- _Task statement_
Each line below has to be output exactly, from first to last.

- _Data section_
= = =

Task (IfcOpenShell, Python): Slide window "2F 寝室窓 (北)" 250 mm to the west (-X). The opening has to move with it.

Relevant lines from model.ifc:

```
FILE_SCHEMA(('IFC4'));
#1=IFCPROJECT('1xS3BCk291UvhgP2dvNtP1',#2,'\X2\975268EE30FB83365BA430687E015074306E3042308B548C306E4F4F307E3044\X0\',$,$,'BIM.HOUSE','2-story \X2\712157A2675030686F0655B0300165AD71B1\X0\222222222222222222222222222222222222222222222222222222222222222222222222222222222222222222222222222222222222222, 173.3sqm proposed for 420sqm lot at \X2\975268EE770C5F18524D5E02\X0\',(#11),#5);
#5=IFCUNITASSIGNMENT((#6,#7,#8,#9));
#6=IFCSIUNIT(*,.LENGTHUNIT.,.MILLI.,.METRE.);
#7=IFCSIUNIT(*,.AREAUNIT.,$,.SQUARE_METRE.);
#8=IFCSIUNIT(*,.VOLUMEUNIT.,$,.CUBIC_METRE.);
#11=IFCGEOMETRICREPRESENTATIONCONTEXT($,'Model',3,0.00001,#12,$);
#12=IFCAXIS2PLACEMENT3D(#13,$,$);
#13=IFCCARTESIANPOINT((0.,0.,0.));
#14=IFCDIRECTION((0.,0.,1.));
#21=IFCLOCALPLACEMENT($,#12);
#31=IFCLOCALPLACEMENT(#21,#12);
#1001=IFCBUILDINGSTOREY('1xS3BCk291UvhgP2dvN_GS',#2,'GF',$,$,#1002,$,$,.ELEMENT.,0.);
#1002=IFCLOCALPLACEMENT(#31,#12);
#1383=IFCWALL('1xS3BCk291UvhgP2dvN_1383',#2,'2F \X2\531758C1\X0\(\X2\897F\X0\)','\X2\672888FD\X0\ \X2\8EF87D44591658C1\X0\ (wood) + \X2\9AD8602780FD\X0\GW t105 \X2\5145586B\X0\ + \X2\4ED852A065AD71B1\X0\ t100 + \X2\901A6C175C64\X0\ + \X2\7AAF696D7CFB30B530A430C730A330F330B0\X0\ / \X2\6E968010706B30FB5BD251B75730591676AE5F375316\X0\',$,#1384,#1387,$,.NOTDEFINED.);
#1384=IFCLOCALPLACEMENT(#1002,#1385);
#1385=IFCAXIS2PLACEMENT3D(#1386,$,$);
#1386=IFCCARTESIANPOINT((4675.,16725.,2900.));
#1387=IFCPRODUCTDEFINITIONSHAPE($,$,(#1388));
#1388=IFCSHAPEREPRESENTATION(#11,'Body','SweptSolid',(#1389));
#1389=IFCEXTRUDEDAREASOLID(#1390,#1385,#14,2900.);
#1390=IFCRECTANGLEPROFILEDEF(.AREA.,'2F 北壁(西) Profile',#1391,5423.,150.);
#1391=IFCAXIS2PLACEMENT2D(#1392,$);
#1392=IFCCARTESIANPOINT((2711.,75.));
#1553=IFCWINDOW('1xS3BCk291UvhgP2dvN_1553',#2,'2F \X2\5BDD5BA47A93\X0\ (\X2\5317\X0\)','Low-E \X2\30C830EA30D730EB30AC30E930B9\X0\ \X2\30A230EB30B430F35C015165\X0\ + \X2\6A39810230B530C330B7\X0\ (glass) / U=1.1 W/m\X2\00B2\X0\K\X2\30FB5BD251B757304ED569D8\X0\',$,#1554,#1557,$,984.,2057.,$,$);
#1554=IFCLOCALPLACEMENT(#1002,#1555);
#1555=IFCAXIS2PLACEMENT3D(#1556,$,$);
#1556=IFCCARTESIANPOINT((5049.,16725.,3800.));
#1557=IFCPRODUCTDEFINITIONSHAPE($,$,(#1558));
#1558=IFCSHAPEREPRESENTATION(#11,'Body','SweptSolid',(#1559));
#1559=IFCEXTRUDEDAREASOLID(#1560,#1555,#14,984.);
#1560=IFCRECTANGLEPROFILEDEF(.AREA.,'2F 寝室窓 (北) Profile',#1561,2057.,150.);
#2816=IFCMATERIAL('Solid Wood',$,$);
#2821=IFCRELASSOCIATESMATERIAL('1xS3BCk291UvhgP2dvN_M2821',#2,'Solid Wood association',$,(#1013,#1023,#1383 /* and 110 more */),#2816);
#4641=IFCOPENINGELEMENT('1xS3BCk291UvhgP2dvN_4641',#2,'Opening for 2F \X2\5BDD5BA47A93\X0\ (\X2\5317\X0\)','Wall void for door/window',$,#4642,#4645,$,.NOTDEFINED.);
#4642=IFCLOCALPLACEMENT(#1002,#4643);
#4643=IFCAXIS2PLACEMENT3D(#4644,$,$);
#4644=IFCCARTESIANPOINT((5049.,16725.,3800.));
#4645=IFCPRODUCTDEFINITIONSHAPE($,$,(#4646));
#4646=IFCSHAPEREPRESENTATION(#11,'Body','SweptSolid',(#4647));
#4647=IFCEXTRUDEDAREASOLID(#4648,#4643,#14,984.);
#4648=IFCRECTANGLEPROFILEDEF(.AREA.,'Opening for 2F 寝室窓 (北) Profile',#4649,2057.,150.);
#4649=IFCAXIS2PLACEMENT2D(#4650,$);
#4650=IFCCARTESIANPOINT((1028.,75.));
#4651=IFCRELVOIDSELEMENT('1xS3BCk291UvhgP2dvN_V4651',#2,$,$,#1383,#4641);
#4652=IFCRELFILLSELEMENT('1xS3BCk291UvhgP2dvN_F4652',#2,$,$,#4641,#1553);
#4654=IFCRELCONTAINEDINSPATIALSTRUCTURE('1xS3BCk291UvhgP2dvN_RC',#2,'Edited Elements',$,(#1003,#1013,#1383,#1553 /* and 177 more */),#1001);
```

```python
import ifcopenshell
import ifcopenshell.api.geometry
import ifcopenshell.util.placement

model = ifcopenshell.open("model.ifc")

window = model.by_id(1553)
opening = window.FillsVoids[0].RelatingOpeningElement
wall = opening.VoidsElements[0].RelatingBuildingElement

wall_matrix = ifcopenshell.util.placement.get_local_placement(wall.ObjectPlacement)
shift = wall_matrix[:3, 0] * -250.0
before = ifcopenshell.util.placement.get_local_placement(window.ObjectPlacement)[:3, 3].copy()

# The window is not placed relative to its opening, so move both.
for product in (opening, window):
    matrix = ifcopenshell.util.placement.get_local_placement(product.ObjectPlacement)
    matrix[:3, 3] += shift
    ifcopenshell.api.geometry.edit_object_placement(model, product=product, matrix=matrix, is_si=False)

after = ifcopenshell.util.placement.get_local_placement(window.ObjectPlacement)[:3, 3]
print("window moved by", (after - before).round(3) + 0.0)

model.write("model_rev.ifc")
```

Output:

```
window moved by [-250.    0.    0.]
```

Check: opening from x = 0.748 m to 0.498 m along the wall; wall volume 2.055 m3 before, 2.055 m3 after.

= = =

- _Result for this task_
Task (IfcOpenShell, Python): Slide window "2F 寝室窓 (北)" 250 mm to the west (-X). The opening has to move with it.

Relevant lines from model.ifc:

```
FILE_SCHEMA(('IFC4'));
#1=IFCPROJECT('1xS3BCk291UvhgP2dvNtP1',#2,'\X2\975268EE30FB83365BA430687E015074306E3042308B548C306E4F4F307E3044\X0\',$,$,'BIM.HOUSE','2-story \X2\712157A2675030686F0655B0300165AD71B1\X0\222222222222222222222222222222222222222222222222222222222222222222222222222222222222222222222222222222222222222, 173.3sqm proposed for 420sqm lot at \X2\975268EE770C5F18524D5E02\X0\',(#11),#5);
#5=IFCUNITASSIGNMENT((#6,#7,#8,#9));
#6=IFCSIUNIT(*,.LENGTHUNIT.,.MILLI.,.METRE.);
#7=IFCSIUNIT(*,.AREAUNIT.,$,.SQUARE_METRE.);
#8=IFCSIUNIT(*,.VOLUMEUNIT.,$,.CUBIC_METRE.);
#11=IFCGEOMETRICREPRESENTATIONCONTEXT($,'Model',3,0.00001,#12,$);
#12=IFCAXIS2PLACEMENT3D(#13,$,$);
#13=IFCCARTESIANPOINT((0.,0.,0.));
#14=IFCDIRECTION((0.,0.,1.));
#21=IFCLOCALPLACEMENT($,#12);
#31=IFCLOCALPLACEMENT(#21,#12);
#1001=IFCBUILDINGSTOREY('1xS3BCk291UvhgP2dvN_GS',#2,'GF',$,$,#1002,$,$,.ELEMENT.,0.);
#1002=IFCLOCALPLACEMENT(#31,#12);
#1383=IFCWALL('1xS3BCk291UvhgP2dvN_1383',#2,'2F \X2\531758C1\X0\(\X2\897F\X0\)','\X2\672888FD\X0\ \X2\8EF87D44591658C1\X0\ (wood) + \X2\9AD8602780FD\X0\GW t105 \X2\5145586B\X0\ + \X2\4ED852A065AD71B1\X0\ t100 + \X2\901A6C175C64\X0\ + \X2\7AAF696D7CFB30B530A430C730A330F330B0\X0\ / \X2\6E968010706B30FB5BD251B75730591676AE5F375316\X0\',$,#1384,#1387,$,.NOTDEFINED.);
#1384=IFCLOCALPLACEMENT(#1002,#1385);
#1385=IFCAXIS2PLACEMENT3D(#1386,$,$);
#1386=IFCCARTESIANPOINT((4675.,16725.,2900.));
#1387=IFCPRODUCTDEFINITIONSHAPE($,$,(#1388));
#1388=IFCSHAPEREPRESENTATION(#11,'Body','SweptSolid',(#1389));
#1389=IFCEXTRUDEDAREASOLID(#1390,#1385,#14,2900.);
#1390=IFCRECTANGLEPROFILEDEF(.AREA.,'2F 北壁(西) Profile',#1391,5423.,150.);
#1391=IFCAXIS2PLACEMENT2D(#1392,$);
#1392=IFCCARTESIANPOINT((2711.,75.));
#1553=IFCWINDOW('1xS3BCk291UvhgP2dvN_1553',#2,'2F \X2\5BDD5BA47A93\X0\ (\X2\5317\X0\)','Low-E \X2\30C830EA30D730EB30AC30E930B9\X0\ \X2\30A230EB30B430F35C015165\X0\ + \X2\6A39810230B530C330B7\X0\ (glass) / U=1.1 W/m\X2\00B2\X0\K\X2\30FB5BD251B757304ED569D8\X0\',$,#1554,#1557,$,984.,2057.,$,$);
#1554=IFCLOCALPLACEMENT(#1002,#1555);
#1555=IFCAXIS2PLACEMENT3D(#1556,$,$);
#1556=IFCCARTESIANPOINT((5049.,16725.,3800.));
#1557=IFCPRODUCTDEFINITIONSHAPE($,$,(#1558));
#1558=IFCSHAPEREPRESENTATION(#11,'Body','SweptSolid',(#1559));
#1559=IFCEXTRUDEDAREASOLID(#1560,#1555,#14,984.);
#1560=IFCRECTANGLEPROFILEDEF(.AREA.,'2F 寝室窓 (北) Profile',#1561,2057.,150.);
#2816=IFCMATERIAL('Solid Wood',$,$);
#2821=IFCRELASSOCIATESMATERIAL('1xS3BCk291UvhgP2dvN_M2821',#2,'Solid Wood association',$,(#1013,#1023,#1383 /* and 110 more */),#2816);
#4641=IFCOPENINGELEMENT('1xS3BCk291UvhgP2dvN_4641',#2,'Opening for 2F \X2\5BDD5BA47A93\X0\ (\X2\5317\X0\)','Wall void for door/window',$,#4642,#4645,$,.NOTDEFINED.);
#4642=IFCLOCALPLACEMENT(#1002,#4643);
#4643=IFCAXIS2PLACEMENT3D(#4644,$,$);
#4644=IFCCARTESIANPOINT((5049.,16725.,3800.));
#4645=IFCPRODUCTDEFINITIONSHAPE($,$,(#4646));
#4646=IFCSHAPEREPRESENTATION(#11,'Body','SweptSolid',(#4647));
#4647=IFCEXTRUDEDAREASOLID(#4648,#4643,#14,984.);
#4648=IFCRECTANGLEPROFILEDEF(.AREA.,'Opening for 2F 寝室窓 (北) Profile',#4649,2057.,150.);
#4649=IFCAXIS2PLACEMENT2D(#4650,$);
#4650=IFCCARTESIANPOINT((1028.,75.));
#4651=IFCRELVOIDSELEMENT('1xS3BCk291UvhgP2dvN_V4651',#2,$,$,#1383,#4641);
#4652=IFCRELFILLSELEMENT('1xS3BCk291UvhgP2dvN_F4652',#2,$,$,#4641,#1553);
#4654=IFCRELCONTAINEDINSPATIALSTRUCTURE('1xS3BCk291UvhgP2dvN_RC',#2,'Edited Elements',$,(#1003,#1013,#1383,#1553 /* and 177 more */),#1001);
```

```python
import ifcopenshell
import ifcopenshell.api.geometry
import ifcopenshell.util.placement

model = ifcopenshell.open("model.ifc")

window = model.by_id(1553)
opening = window.FillsVoids[0].RelatingOpeningElement
wall = opening.VoidsElements[0].RelatingBuildingElement

wall_matrix = ifcopenshell.util.placement.get_local_placement(wall.ObjectPlacement)
shift = wall_matrix[:3, 0] * -250.0
before = ifcopenshell.util.placement.get_local_placement(window.ObjectPlacement)[:3, 3].copy()

# The window is not placed relative to its opening, so move both.
for product in (opening, window):
    matrix = ifcopenshell.util.placement.get_local_placement(product.ObjectPlacement)
    matrix[:3, 3] += shift
    ifcopenshell.api.geometry.edit_object_placement(model, product=product, matrix=matrix, is_si=False)

after = ifcopenshell.util.placement.get_local_placement(window.ObjectPlacement)[:3, 3]
print("window moved by", (after - before).round(3) + 0.0)

model.write("model_rev.ifc")
```

Output:

```
window moved by [-250.    0.    0.]
```

Check: opening from x = 0.748 m to 0.498 m along the wall; wall volume 2.055 m3 before, 2.055 m3 after.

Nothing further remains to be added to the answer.